如果您需要良好的安全性,请在将文件推送到 Amazon 之前对文件进行 GPG 加密。 GPG 非常非常安全。

更昂贵的替代方案是将所有数据存储在本地。 如果您不想购买大型磁盘集群或大型 NAS,您可以使用 HDFS:

并同步到行为类似于 S3 的集群。 您可以使用商用硬件来扩展 HDFS。 特别是如果您已经有几台旧机器和一个快速网络,这可能比严肃的 NAS 便宜得多,并且在大小上更具可扩展性。

祝你好运! 我期待看到更多关于此问题的答案。

S3 is an interesting idea here. Use cron to sync files that are not accessed for over 1 month up to Amazon's S3, then create a web interface for users to restore the sync'd files back to the server. Send emails before you move files to S3 and after they are restored.

Limitless storage, only pay for what you use. Not quite an existing open-source project, but not too tough to assemble.

If you need good security, wrap the files in GPG encryption before pushing them to Amazon. GPG is very, very safe.

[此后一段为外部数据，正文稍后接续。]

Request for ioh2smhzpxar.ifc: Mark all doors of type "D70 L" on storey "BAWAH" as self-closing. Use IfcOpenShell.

First a look at what the model holds.

```python
import ifcopenshell
import ifcopenshell.util.element

model = ifcopenshell.open("ioh2smhzpxar.ifc")
print(model.schema)
storey = next(s for s in model.by_type("IfcBuildingStorey") if s.Name == "BAWAH")
doors = [e for e in ifcopenshell.util.element.get_decomposition(storey) if e.is_a("IfcDoor")]
seen = {}
for e in doors:
    element_type = ifcopenshell.util.element.get_type(e)
    key = (element_type.Name if element_type != e and element_type else None, ifcopenshell.util.element.get_pset(e, "Pset_DoorCommon", "SelfClosing"))
    seen[key] = seen.get(key, 0) + 1
for (name, value), count in sorted(seen.items(), key=str):
    print(count, "x", name, "|", value)
```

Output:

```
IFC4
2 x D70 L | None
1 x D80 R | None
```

```python
import ifcopenshell
import ifcopenshell.api.pset
import ifcopenshell.util.element

model = ifcopenshell.open("ioh2smhzpxar.ifc")

storey = next(s for s in model.by_type("IfcBuildingStorey") if s.Name == "BAWAH")
doors = [e for e in ifcopenshell.util.element.get_decomposition(storey) if e.is_a("IfcDoor")]

count = 0
for e in doors:
    element_type = ifcopenshell.util.element.get_type(e)
    if element_type in (None, e) or element_type.Name != "D70 L":
        continue
    # add_pset returns the element's existing set when there is one.
    pset = ifcopenshell.api.pset.add_pset(model, product=e, name="Pset_DoorCommon")
    ifcopenshell.api.pset.edit_pset(model, pset=pset, properties={"SelfClosing": True})
    count += 1

print(count, "doors updated")

model.write("ioh2smhzpxar_v2.ifc")
```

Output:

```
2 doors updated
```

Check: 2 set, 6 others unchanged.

A more expensve alternative is to store all the data locally. If you don't want to buy a large disk cluster or big NAS, you could use HDFS:

And sync to a cluster that behaves similar to S3. You can scale HDFS with commodity hardware. Especially if you have a couple old machines and a fast network already laying around, this could be much cheaper than serious NAS, as well as more scalable in size.

Good luck! I look forward to seeing more answers on this.

逐鹿 2024-08-06 17:23:25

-请-不要将患者数据上传到 S3(至少不是我的)。

-Please- do not upload patient data to S3 (at least not mine).

半仙 2024-08-06 17:23:25

谷歌“开源‘文件生命周期管理’”。 抱歉,我只知道商业 SAN 应用程序,不知道是否有 F/OSS 替代品。

商业应用程序的工作方式是文件系统显示正常——所有文件都存在。 但是,如果该文件在一段时间内(对我们来说是 90 天)没有被访问,该文件将被移动到辅助存储。 也就是说,除了前 4094 个字节之外的所有字节都被移动。 文件归档后,如果您查找(读取)超过字节 4094,则在从辅助存储拉回文件时会出现轻微延迟。 我猜测小于 4094 字节的文件永远不会发送到辅助存储,但我从未考虑过这一点。

此方案的唯一问题是,如果您碰巧有某个东西试图扫描您的所有文件(例如网络搜索索引)。 这往往会从辅助存储中拉回所有内容,填满主存储,IT 人员就会开始对您虎视眈眈。 (我是,咳咳,从一些轻微的经验中谈起。)

您可以尝试在 ServerFault.com 上询问这个问题。

如果您很方便,您也许可以使用 cron 和 shell 脚本想出类似的方法。 您必须用符号链接替换 ​​4094 字节的内容(请注意,下面的内容未经测试)。

# This is the server's local storage, available via network
SOURCE_STORAGE_PATH=/opt/network/mounted/path

# This is the remote big backup mount
TARGET_STORAGE_PATH=/mnt/remote/drive

# This is the number of days to start archiving files
DAYS_TO_ARCHIVE=90

# Find old files that are not already symlinks, using temp files
# NOTE: You might have to account for spaces in file names
TEMP_FILE=$(mktemp)
find ${SOURCE_STORAGE_PATH} -atime +${DAYS_TO_ARCHIVE} -a -not -type l > ${TEMP_FILE}

# This probably needs to change, if too many files in TEMP_FILE...
# this would be a good point to drop into something like Perl
for FILE in $(cat ${TEMP_FILE}); do
    # split source into path and file name
    BASE_PATH=$(dirname ${FILE});
    FILE_NAME=$(basename ${FILE})

    # path to target
    TARGET_PATH=${TARGET_STORAGE_PATH}/${BASE_PATH}
    # make sure target exists (note -p option to mkdir)
    [ -d "${TARGET_PATH}" ] || mkdir -p ${TARGET_PATH}
    # move source to target
    mv ${FILE} ${TARGET_PATH}
    # replace source with symlink to target
    ln -s ${TARGET_PATH}/${FILE_NAME} ${FILE}
done

Google 'open source "file lifecycle management"'. I'm sorry, I'm only aware of commercial SAN apps, not if there are F/OSS alternatives.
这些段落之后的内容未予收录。